Embryo embedding, freezing and sectioning protocols were performed according to Hu et al.39,Sections (10 μm) were collected and air-dried at room temperature for 2 h before staining or storage at −20°C. For TUNEL assays, sections were stained using the In Situ Cell Death Detection Kit, TMR Red, according to the manufacturer's instructions (Roche, Nutlet, NJ, USA). Nuclei were counterstained with 50 nM sytox (Molecular Probes, Carlsbad, CA, USA). Images were captured using a Nikon DC50NN camera mounted to a Nikon Eclipse E600 microscope. Images of TUNEL and sytox staining were captured separately and then merged using Adobe Photoshop. Whole mount TUNEL staining was also performed according to the manufacturer's instructions, and images were also captured using a Nikon DC50NN camera mounted to a Nikon Eclipse E600 microscope.

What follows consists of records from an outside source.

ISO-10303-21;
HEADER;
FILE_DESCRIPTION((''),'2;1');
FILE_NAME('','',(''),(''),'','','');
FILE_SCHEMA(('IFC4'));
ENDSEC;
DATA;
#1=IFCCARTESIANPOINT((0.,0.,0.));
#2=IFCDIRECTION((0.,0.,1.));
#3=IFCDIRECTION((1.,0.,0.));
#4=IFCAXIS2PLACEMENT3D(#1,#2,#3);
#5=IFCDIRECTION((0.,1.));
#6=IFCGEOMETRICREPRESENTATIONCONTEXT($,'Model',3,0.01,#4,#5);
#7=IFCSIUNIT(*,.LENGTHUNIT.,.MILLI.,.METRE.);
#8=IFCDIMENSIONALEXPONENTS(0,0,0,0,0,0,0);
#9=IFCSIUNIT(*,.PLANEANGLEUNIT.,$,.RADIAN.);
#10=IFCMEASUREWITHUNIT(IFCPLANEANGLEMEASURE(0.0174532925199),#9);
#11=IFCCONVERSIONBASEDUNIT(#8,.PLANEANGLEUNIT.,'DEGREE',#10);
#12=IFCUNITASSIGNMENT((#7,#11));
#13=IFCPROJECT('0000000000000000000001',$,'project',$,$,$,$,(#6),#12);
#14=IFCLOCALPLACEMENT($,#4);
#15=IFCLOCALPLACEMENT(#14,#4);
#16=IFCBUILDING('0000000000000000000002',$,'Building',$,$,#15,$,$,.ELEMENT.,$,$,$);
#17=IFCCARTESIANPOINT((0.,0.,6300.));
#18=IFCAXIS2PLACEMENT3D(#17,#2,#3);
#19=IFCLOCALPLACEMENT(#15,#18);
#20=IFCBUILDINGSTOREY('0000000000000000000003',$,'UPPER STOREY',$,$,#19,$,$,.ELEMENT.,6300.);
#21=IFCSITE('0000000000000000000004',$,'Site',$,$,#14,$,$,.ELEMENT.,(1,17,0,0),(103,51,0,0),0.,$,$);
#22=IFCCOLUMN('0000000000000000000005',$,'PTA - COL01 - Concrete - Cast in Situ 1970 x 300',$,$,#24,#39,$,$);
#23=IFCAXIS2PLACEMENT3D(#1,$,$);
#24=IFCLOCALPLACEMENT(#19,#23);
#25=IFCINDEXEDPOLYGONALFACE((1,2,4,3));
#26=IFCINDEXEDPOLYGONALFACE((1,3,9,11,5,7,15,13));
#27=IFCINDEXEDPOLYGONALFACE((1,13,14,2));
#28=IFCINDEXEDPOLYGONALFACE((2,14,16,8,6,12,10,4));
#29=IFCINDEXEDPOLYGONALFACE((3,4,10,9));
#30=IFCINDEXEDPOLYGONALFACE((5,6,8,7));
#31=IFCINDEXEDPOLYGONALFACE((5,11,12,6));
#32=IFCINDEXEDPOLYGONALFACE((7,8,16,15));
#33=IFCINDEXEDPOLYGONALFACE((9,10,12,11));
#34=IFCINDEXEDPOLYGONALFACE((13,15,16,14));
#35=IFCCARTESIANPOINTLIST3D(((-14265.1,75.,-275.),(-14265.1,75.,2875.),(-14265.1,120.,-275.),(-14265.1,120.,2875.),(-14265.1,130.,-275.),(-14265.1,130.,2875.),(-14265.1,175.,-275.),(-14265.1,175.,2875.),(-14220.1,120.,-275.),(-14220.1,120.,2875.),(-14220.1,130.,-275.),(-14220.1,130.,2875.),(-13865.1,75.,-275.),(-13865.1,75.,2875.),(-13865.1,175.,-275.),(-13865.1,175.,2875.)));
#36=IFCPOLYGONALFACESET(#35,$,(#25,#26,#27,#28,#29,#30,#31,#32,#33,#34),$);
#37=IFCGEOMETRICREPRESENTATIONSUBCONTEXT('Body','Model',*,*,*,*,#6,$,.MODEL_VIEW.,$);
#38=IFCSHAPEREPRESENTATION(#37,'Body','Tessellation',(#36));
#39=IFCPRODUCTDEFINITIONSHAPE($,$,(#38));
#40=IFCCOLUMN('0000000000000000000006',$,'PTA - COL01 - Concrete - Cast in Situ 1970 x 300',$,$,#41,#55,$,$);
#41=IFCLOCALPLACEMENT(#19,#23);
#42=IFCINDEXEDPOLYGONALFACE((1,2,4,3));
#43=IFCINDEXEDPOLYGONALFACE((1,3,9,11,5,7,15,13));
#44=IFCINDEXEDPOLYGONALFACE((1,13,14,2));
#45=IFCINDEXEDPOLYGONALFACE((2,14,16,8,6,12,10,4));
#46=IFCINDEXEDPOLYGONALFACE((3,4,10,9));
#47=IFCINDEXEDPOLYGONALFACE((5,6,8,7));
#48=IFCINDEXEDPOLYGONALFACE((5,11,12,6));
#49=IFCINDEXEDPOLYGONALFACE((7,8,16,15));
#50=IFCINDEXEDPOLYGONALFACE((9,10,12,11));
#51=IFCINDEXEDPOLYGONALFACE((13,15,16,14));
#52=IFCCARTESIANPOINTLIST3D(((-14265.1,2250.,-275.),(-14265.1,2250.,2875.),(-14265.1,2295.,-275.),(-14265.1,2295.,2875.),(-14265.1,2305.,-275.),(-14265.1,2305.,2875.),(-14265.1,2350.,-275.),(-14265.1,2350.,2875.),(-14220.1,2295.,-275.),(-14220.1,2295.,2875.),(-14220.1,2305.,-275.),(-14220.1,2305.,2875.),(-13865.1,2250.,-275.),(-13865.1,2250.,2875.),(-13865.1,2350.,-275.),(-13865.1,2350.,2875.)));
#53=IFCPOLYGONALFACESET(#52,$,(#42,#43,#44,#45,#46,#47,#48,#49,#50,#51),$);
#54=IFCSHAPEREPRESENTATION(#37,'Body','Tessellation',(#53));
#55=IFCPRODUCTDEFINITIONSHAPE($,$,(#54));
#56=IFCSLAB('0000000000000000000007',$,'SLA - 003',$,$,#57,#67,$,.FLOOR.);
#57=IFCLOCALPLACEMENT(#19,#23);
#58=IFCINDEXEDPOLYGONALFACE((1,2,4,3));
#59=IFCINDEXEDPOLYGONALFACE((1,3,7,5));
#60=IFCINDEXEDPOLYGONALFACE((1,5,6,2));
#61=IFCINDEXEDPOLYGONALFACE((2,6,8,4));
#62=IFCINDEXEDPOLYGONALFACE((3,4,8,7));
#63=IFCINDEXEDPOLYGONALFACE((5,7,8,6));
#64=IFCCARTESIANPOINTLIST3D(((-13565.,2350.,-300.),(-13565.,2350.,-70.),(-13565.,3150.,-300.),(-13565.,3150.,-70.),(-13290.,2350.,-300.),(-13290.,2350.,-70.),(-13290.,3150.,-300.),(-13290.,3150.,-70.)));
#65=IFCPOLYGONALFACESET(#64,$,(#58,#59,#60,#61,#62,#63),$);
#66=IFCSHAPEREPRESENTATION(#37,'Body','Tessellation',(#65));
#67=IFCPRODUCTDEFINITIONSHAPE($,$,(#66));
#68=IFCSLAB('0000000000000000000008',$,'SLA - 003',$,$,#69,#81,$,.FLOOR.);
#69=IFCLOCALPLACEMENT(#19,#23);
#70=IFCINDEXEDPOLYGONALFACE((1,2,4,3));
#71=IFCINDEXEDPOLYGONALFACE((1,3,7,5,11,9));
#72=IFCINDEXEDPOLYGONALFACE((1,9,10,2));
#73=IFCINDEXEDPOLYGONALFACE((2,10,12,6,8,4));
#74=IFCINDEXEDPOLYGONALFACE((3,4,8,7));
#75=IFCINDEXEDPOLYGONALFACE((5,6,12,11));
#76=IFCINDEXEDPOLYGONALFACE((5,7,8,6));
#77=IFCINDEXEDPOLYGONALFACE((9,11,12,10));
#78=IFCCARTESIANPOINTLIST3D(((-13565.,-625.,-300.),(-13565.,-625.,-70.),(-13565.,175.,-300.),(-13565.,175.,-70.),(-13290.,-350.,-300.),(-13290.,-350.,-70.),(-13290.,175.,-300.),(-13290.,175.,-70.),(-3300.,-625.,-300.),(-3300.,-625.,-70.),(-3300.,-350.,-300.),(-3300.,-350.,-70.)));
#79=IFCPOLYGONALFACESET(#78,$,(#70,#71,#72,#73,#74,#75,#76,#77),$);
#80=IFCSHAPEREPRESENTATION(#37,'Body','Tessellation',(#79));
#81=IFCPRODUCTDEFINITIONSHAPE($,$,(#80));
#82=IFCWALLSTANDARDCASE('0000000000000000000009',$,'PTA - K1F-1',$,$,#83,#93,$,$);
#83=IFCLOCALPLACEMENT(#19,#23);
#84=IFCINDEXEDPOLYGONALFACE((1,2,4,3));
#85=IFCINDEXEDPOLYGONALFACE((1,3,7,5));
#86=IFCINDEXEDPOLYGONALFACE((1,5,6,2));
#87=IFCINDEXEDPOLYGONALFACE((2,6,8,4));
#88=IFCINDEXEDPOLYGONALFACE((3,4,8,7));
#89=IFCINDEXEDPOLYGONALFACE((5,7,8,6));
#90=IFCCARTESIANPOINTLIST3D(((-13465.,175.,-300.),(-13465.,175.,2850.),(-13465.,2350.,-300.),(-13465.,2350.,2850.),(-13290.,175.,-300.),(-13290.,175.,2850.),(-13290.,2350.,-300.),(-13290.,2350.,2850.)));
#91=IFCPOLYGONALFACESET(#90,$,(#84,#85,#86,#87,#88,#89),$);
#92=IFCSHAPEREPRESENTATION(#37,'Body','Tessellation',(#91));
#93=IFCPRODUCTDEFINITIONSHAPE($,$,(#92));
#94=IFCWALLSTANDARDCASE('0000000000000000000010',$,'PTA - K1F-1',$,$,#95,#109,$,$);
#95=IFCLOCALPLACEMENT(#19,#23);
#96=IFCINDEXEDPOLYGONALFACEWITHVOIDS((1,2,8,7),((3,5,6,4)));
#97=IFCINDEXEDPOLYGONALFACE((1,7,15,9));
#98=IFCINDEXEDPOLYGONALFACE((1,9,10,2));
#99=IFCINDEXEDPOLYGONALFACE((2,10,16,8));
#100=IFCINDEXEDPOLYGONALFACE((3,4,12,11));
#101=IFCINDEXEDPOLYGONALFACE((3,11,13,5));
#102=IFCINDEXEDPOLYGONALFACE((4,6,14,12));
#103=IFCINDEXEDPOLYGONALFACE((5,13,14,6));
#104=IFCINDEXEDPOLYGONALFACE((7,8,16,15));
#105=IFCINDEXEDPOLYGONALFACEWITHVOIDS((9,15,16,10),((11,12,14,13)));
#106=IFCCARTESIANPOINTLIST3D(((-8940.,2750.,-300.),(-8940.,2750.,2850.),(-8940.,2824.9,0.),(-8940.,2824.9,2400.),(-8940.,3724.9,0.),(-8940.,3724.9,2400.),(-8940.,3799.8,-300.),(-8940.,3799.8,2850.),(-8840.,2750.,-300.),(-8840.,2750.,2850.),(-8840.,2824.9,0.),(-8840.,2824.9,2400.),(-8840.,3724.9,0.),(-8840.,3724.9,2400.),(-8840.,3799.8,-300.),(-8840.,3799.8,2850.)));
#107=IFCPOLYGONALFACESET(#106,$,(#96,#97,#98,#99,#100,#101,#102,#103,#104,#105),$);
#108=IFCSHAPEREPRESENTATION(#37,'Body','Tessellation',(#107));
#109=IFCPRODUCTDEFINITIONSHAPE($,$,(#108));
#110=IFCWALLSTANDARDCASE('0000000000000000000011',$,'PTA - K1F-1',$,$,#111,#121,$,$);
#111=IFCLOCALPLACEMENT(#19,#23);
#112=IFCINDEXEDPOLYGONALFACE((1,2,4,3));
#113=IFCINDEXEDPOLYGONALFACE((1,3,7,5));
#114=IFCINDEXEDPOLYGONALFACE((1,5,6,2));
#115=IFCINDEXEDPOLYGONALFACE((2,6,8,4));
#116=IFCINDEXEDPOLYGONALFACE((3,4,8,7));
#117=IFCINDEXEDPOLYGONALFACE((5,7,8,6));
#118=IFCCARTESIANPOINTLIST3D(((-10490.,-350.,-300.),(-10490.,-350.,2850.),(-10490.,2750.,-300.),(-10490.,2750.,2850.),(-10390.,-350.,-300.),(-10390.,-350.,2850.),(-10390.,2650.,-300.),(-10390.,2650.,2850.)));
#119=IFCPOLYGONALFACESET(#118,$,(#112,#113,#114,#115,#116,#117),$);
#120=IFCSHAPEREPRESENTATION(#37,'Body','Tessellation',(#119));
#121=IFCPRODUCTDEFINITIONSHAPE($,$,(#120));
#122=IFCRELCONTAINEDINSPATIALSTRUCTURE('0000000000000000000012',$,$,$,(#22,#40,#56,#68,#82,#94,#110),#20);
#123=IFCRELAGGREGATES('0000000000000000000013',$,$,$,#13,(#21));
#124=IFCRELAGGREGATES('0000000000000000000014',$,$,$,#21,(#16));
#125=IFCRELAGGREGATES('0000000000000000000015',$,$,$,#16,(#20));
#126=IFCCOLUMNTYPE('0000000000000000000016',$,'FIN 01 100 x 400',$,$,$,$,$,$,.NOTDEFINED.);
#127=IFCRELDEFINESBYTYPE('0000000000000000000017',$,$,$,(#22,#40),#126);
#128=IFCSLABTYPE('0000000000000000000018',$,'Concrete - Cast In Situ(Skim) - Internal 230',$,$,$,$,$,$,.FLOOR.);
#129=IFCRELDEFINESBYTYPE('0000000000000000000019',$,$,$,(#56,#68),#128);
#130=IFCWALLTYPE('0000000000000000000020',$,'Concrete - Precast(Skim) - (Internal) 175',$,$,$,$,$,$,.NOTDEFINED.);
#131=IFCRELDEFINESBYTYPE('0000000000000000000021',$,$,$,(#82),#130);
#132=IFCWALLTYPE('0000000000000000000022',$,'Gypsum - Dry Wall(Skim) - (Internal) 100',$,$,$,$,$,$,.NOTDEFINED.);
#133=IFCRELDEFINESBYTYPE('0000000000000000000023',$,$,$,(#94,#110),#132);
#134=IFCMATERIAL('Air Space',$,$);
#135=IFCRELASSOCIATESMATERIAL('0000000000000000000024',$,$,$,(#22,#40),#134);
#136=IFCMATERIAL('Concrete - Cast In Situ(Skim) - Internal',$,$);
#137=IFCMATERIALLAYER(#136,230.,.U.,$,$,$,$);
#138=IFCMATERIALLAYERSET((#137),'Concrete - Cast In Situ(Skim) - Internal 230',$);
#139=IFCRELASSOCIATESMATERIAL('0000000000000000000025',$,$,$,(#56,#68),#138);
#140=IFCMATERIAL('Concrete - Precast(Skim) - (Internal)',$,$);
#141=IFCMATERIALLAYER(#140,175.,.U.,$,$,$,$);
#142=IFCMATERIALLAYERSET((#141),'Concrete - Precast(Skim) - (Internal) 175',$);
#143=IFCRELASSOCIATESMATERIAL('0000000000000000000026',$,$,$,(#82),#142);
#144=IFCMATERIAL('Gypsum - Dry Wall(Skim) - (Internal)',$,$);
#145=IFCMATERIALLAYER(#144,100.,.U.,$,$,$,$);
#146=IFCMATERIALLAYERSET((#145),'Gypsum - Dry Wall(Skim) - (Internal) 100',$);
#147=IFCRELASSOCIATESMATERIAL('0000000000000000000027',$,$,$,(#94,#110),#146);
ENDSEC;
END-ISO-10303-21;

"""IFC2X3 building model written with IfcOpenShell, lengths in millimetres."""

from ifc_helpers import new_model, entity, si_unit, converted_unit, direction, frame, origin_with_axes, origin_2d_with_axis, place, context, subcontext, project, spatial, polyline, rectangle, outline, extrude, material, layer, layer_set, layer_usage, type_object, element, save


model = new_model("IFC2X3")

# Units and contexts
model_context = context("Model", 3, precision=0.01, world=origin_with_axes(), true_north=direction((0.0, 1.0)))
body_context = subcontext(model_context, "Body", "Model", "MODEL_VIEW")
ifc_project = project(units=[si_unit("LENGTHUNIT", "METRE", prefix="MILLI"), converted_unit("PLANEANGLEUNIT", "DEGREE", entity("IfcPlaneAngleMeasure", 0.0174532925199), si_unit("PLANEANGLEUNIT", "RADIAN"), dimensions=[0, 0, 0, 0, 0, 0, 0])], contexts=[model_context])

# Site, building, storey
site_placement = place(None, origin_with_axes())
site = spatial("IfcSite", under=ifc_project, at=site_placement, Name="Site", CompositionType="ELEMENT", RefLatitude=(1, 17, 0, 0), RefLongitude=(103, 51, 0, 0), RefElevation=0.0)
building_placement = place(site_placement, origin_with_axes())
building = spatial("IfcBuilding", under=site, at=building_placement, Name="Building", CompositionType="ELEMENT")
storey_placement = place(building_placement, frame((0.0, 0.0, 6300.0), z_axis=(0.0, 0.0, 1.0), x_axis=(1.0, 0.0, 0.0)))
storey = spatial("IfcBuildingStorey", under=building, at=storey_placement, Name="UPPER STOREY", CompositionType="ELEMENT", Elevation=6300.0)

Caspase 3 activity was measured using the ApoAlert caspase 3 Activation Assay Kit (BD Biosciences, Franklin Lakes, NJ, USA) according to the manufacturer's instructions. Final values are expressed as fold induction of caspase 3 activity over controls (control MO-injected embryos or control GFP mRNA-injected embryos).

BrdU analysis

Whole mount BrdU analysis of proliferative cells was done according to Gray et al.40 Briefly, embryos were soaked in BrdU solution for 20 min, transferred to water lacking BrdU for 30 min, then fixed and stained with a 1 : 100 dilution of a BrdU antibody (Invitrogen, Carlsbad, CA, USA). A 1 : 500 dilution of a Cy3-conjugated secondary antibody (Jackson ImmunoResearch Laboratories, West Grove, PA, USA) was used to detect the primary antibodies. Embryos were analyzed and images were captured using laser scanning confocal microscopy (Model LSM 510, Carl Zeiss, Thornwood, NJ, USA). Thirty-five serial sections (5 μm) were taken off the brain of each embryo, including the area from the mid-hindbrain boundary forward to the forebrain. Fluorescent cells were counted in each section and care was taken to count each BrdU-positive cell only once, despite appearing in multiple sections.

Flow cytometry analysis

Cell cycle analysis was carried out using a FACSCalibur flow cytometer (BD Biosciences, Franklin Lakes, NJ, USA). Briefly, 40 deyolked embryos were homogenized in 1.5 ml of DMEM+10% fetal calf serum (FCS). Single-cell suspensions were obtained by sequentially straining the homogenates through 105 μm and 40 μm mesh filters. The cells were then washed and fixed in ethanol. After fixation, a propidium iodide (PI) staining solution (50 μg/ml PI, 100 μg/ml RNAse Type I, 0.1% sodium citrate, 0.0002% Triton X-100) was added, and the cells were incubated for 1 h in the dark at 4°C. Samples were then subjected to flow cytometric analysis, using CellQuest Pro software (BD Biosciences, Franklin Lakes, NJ, USA). A two-parameter dot-plot of forward light scatter versus side scatter was constructed along with a two-parameter dot-plot of FL2 (PI) area versus width. In addition, a single-parameter PI (area) histogram was constructed to illustrate relative DNA content in each cell cycle phase. Cell cycle analysis (percentages of cells in each cell cycle phase) based on PI incorporation was done using Modfit LT (Verity Software House). Coefficients of variation were less than 5% in all experimental groups.

Statistics

Quantitative data are presented as means±standard error (S.E.M.). Differences among groups were statistically compared using one-way ANOVA followed with Fisher's post hoc tests. Differences between groups were statistically compared using unpaired t-tests.